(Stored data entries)
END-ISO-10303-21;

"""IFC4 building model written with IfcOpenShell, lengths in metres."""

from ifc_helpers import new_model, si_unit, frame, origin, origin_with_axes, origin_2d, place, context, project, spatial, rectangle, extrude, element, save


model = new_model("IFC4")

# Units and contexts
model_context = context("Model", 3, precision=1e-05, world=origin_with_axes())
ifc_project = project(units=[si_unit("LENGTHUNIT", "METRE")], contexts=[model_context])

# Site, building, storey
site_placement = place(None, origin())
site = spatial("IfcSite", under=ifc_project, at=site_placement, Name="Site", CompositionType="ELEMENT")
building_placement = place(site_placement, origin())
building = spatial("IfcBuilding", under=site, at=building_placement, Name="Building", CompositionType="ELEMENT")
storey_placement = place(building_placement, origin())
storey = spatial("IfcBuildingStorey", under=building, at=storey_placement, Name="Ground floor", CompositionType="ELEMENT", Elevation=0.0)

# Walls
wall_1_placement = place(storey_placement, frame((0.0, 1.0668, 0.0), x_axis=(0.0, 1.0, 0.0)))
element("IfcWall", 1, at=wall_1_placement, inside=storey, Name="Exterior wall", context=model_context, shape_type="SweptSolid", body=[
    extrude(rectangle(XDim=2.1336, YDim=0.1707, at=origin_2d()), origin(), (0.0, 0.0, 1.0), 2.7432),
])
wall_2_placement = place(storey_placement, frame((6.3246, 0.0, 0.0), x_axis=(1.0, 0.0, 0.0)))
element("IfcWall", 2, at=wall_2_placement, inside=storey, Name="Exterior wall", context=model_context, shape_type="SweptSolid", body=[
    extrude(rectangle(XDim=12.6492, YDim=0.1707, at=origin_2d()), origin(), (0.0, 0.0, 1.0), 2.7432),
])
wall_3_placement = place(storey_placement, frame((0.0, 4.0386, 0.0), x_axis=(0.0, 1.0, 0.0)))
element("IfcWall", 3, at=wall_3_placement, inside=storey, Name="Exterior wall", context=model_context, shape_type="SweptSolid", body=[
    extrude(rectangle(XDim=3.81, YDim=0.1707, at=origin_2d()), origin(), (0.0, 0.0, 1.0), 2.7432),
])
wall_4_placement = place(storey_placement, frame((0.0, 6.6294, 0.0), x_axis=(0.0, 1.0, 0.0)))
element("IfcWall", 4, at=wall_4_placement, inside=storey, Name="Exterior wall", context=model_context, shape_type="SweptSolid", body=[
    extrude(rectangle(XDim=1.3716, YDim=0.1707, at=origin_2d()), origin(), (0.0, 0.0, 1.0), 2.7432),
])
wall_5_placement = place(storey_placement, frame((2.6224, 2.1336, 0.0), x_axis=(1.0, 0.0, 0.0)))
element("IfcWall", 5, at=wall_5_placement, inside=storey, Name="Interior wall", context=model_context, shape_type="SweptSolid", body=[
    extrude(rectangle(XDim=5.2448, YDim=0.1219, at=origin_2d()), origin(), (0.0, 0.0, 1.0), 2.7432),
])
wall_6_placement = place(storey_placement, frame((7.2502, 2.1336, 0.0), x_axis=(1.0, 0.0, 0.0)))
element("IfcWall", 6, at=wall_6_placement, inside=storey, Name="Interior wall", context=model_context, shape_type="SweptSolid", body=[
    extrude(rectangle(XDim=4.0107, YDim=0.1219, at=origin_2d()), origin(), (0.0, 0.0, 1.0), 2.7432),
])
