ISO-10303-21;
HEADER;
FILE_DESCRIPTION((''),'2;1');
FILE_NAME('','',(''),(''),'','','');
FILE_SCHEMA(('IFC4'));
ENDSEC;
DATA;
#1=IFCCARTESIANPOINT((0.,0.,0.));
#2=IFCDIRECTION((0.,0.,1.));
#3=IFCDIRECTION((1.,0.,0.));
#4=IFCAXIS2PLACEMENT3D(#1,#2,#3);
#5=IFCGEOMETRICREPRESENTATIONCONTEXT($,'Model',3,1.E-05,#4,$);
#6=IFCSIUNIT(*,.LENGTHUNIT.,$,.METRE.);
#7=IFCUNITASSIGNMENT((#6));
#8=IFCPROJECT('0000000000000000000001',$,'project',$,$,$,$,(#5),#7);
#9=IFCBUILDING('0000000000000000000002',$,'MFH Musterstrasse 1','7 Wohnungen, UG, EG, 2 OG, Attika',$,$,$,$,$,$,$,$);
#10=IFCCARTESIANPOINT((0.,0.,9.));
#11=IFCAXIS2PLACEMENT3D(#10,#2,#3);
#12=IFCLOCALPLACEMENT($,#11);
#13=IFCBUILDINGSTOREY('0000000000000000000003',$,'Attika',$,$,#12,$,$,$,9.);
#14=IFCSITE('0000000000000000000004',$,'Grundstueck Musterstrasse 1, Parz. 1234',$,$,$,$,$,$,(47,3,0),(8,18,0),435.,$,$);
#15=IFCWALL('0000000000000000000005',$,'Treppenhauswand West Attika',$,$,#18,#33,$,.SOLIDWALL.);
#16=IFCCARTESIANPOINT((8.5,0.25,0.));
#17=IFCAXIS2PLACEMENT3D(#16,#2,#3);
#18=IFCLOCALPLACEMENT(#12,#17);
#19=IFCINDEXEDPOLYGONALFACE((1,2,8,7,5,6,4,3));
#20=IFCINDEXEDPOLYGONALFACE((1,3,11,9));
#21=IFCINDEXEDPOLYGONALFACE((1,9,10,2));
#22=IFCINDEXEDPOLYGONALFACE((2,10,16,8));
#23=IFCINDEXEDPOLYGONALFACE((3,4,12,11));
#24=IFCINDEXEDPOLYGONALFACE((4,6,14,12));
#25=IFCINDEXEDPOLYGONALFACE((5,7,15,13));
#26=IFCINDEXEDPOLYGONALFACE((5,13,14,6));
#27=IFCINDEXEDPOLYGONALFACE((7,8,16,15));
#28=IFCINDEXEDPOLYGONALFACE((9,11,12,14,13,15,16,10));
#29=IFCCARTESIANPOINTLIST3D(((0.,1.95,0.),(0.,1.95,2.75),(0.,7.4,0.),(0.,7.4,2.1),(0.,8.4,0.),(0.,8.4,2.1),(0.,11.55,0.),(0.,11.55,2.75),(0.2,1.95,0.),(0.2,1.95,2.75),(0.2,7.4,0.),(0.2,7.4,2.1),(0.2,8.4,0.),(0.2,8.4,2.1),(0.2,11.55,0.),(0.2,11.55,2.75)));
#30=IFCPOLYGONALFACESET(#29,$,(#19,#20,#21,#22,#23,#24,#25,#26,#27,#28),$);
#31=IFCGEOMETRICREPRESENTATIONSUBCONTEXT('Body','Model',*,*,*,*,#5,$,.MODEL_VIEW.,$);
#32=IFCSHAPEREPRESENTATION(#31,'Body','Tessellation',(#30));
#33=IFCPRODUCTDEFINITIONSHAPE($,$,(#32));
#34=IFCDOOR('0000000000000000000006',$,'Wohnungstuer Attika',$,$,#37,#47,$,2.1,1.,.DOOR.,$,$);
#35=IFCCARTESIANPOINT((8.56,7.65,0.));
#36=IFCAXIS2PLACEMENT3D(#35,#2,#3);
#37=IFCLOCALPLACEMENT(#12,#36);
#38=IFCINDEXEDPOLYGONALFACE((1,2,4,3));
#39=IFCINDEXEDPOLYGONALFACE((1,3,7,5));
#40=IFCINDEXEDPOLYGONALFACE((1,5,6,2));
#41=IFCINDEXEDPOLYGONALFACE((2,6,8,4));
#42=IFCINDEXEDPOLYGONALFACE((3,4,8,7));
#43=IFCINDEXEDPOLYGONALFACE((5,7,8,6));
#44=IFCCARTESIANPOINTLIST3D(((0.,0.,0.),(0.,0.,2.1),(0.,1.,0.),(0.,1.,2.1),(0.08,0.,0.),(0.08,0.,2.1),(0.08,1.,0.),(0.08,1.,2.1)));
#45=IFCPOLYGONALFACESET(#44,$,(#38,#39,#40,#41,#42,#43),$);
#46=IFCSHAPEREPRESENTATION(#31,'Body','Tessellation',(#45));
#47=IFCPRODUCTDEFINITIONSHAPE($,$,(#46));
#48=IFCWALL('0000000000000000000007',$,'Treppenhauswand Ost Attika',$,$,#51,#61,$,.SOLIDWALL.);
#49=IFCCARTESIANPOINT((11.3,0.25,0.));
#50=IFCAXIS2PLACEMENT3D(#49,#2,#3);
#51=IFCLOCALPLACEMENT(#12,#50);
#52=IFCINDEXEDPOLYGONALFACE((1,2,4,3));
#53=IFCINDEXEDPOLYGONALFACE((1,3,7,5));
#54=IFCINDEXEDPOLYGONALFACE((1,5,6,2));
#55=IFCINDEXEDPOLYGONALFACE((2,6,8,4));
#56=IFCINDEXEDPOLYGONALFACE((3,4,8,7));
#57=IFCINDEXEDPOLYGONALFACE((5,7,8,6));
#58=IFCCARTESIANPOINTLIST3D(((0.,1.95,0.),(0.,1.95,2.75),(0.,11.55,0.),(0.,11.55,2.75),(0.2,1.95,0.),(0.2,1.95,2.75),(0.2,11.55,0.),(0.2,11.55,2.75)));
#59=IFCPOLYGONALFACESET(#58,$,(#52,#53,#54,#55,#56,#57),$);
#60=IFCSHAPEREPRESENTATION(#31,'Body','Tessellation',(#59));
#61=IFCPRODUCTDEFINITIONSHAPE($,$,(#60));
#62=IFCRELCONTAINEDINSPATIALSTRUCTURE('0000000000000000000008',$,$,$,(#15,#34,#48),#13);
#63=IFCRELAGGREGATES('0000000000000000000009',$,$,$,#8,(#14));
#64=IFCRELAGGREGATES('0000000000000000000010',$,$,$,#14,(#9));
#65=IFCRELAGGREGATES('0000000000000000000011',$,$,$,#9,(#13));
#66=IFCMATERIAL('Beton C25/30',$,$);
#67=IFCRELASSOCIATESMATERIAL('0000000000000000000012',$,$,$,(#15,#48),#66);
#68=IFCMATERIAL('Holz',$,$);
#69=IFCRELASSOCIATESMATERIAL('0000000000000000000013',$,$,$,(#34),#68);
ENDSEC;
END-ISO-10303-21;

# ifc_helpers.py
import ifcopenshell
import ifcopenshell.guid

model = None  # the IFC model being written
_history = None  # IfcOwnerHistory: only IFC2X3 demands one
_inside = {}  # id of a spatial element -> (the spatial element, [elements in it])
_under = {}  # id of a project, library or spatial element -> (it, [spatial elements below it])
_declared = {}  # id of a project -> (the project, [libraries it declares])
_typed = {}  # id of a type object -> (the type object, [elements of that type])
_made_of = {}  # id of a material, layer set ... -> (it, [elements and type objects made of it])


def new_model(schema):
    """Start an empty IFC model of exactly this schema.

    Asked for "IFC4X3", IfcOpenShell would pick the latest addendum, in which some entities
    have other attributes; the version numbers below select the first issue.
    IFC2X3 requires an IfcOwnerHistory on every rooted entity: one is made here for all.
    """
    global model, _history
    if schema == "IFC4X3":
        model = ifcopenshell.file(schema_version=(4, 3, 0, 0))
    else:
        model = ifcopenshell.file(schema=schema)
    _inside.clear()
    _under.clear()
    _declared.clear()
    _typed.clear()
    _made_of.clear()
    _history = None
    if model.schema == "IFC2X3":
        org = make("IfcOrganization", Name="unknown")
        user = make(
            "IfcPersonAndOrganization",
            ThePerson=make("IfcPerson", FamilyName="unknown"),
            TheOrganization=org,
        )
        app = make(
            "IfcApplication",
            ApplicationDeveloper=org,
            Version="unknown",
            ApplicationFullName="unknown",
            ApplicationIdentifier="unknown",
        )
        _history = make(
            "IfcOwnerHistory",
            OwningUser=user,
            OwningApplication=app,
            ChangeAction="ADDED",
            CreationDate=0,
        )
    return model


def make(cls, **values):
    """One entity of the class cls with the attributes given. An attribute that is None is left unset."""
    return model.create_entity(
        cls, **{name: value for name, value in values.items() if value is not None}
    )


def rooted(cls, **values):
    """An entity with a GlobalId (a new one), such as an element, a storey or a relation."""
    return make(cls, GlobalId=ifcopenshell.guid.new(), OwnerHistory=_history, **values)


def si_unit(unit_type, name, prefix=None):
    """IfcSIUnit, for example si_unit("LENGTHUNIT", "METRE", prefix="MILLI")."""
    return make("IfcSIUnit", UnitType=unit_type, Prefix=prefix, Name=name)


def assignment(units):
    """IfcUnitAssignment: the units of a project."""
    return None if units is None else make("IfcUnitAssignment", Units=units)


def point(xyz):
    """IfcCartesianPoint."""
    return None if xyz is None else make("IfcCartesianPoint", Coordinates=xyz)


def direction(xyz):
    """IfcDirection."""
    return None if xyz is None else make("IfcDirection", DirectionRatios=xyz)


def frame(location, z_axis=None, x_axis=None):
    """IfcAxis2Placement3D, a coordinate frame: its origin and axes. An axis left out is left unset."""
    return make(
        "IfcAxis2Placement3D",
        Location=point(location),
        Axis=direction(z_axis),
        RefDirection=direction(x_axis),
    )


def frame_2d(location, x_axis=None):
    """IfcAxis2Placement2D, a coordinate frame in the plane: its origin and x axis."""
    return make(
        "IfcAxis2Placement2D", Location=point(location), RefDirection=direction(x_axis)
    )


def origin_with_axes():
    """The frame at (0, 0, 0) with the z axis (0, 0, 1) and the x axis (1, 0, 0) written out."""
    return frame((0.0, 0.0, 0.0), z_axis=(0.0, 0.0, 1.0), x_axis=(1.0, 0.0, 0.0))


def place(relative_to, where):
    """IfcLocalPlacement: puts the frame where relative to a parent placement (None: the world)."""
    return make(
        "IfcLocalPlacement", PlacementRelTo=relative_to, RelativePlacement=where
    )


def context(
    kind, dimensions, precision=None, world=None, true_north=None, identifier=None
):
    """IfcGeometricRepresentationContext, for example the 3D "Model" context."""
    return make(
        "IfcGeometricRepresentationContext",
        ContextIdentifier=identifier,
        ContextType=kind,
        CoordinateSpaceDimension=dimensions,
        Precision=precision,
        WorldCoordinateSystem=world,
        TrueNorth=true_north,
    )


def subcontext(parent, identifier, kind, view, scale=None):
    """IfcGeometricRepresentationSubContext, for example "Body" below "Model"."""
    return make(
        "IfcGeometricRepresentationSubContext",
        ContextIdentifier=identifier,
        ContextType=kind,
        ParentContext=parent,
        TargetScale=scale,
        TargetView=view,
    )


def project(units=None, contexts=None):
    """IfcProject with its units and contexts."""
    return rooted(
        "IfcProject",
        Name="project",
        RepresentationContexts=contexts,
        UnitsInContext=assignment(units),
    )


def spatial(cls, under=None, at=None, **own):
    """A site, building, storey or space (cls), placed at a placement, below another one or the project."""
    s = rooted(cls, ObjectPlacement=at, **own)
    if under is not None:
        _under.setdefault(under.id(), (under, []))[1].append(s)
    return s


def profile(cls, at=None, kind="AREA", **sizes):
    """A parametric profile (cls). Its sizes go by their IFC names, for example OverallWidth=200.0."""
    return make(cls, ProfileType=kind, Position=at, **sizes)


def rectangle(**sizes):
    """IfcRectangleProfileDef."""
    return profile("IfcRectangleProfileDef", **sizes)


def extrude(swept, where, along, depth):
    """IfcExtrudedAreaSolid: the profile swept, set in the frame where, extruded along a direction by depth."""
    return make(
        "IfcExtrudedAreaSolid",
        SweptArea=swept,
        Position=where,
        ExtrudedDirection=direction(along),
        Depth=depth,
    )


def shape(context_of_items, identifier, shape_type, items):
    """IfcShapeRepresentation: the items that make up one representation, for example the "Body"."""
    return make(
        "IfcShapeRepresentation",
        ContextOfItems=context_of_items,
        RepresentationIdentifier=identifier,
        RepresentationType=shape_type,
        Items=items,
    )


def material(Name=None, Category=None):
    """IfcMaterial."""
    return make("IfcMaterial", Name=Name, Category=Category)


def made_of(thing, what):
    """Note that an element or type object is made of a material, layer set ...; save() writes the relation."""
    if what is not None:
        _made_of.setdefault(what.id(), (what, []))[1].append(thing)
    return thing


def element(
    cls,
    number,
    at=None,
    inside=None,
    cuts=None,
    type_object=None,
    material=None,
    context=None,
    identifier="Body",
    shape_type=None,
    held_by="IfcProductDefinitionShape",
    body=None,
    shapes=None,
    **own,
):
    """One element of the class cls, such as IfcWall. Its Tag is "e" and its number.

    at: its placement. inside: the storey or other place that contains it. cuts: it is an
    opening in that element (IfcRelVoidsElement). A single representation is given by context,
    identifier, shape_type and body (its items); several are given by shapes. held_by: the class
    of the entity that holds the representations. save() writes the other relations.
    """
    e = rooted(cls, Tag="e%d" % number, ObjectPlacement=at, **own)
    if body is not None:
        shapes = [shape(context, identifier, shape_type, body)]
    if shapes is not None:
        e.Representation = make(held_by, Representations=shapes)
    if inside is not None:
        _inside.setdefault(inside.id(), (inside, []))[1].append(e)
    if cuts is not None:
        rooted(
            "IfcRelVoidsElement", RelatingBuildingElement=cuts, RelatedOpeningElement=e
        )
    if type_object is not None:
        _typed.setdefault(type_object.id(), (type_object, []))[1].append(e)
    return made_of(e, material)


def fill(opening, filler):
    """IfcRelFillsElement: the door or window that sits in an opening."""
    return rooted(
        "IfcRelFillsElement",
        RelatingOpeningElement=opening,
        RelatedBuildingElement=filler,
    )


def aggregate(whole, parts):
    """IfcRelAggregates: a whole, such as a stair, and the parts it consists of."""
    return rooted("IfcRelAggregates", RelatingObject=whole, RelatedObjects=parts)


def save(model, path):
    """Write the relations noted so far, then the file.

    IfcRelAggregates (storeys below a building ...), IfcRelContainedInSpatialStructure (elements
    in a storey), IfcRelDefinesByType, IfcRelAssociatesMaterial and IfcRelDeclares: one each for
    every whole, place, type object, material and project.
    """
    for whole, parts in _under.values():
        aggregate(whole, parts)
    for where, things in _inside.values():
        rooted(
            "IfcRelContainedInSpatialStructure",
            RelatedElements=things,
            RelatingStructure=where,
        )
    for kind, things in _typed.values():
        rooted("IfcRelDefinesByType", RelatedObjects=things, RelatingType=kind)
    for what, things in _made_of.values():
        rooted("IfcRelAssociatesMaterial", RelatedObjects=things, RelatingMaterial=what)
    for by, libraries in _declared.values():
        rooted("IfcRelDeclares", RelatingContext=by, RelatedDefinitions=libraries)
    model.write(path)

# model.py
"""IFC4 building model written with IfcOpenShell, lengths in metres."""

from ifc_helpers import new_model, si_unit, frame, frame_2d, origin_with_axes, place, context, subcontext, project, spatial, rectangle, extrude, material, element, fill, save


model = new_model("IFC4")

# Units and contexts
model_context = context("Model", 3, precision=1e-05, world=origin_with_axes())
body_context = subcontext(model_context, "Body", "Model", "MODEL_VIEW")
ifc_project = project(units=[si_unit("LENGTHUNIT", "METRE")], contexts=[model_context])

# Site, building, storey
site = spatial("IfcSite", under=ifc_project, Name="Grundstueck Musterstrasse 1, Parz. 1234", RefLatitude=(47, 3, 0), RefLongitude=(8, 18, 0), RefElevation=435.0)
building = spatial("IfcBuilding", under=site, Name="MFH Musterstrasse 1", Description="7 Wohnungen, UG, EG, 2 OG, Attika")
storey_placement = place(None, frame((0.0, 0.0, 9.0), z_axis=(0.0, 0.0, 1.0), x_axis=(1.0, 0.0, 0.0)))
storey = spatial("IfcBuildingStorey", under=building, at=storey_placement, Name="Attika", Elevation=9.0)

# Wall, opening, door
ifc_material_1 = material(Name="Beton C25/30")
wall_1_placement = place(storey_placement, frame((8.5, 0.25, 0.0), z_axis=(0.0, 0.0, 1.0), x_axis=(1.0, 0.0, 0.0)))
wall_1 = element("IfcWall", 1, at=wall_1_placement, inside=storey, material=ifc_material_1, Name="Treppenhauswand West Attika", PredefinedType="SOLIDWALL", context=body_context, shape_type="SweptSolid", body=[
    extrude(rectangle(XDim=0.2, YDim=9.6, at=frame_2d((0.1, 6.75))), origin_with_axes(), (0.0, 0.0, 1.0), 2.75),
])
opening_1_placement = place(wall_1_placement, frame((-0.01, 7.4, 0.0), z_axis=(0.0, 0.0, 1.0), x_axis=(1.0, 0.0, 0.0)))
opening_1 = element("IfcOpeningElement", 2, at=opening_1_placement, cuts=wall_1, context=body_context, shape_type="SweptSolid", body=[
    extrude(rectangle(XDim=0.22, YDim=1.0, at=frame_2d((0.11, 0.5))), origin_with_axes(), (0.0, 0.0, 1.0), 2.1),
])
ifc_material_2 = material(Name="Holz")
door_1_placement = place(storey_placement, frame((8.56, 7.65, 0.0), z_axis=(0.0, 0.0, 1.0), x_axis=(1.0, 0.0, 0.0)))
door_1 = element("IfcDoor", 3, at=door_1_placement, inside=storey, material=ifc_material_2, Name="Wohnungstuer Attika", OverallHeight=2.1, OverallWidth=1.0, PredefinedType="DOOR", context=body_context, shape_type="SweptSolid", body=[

# GOAL OF THE EXERCISE
Extract exactly the leading lines of the data, stopping at and including the line with "1.0668, 0.0), x_axis=(0.0, 1.0, 0.0)))".

# EXPECTED ANSWER
END-ISO-10303-21;

"""IFC4 building model written with IfcOpenShell, lengths in metres."""

from ifc_helpers import new_model, si_unit, frame, origin, origin_with_axes, origin_2d, place, context, project, spatial, rectangle, extrude, element, save


model = new_model("IFC4")

# Units and contexts
model_context = context("Model", 3, precision=1e-05, world=origin_with_axes())
ifc_project = project(units=[si_unit("LENGTHUNIT", "METRE")], contexts=[model_context])

# Site, building, storey
site_placement = place(None, origin())
site = spatial("IfcSite", under=ifc_project, at=site_placement, Name="Site", CompositionType="ELEMENT")
building_placement = place(site_placement, origin())
building = spatial("IfcBuilding", under=site, at=building_placement, Name="Building", CompositionType="ELEMENT")
storey_placement = place(building_placement, origin())
storey = spatial("IfcBuildingStorey", under=building, at=storey_placement, Name="Ground floor", CompositionType="ELEMENT", Elevation=0.0)

# Walls
wall_1_placement = place(storey_placement, frame((0.0, 1.0668, 0.0), x_axis=(0.0, 1.0, 0.0)))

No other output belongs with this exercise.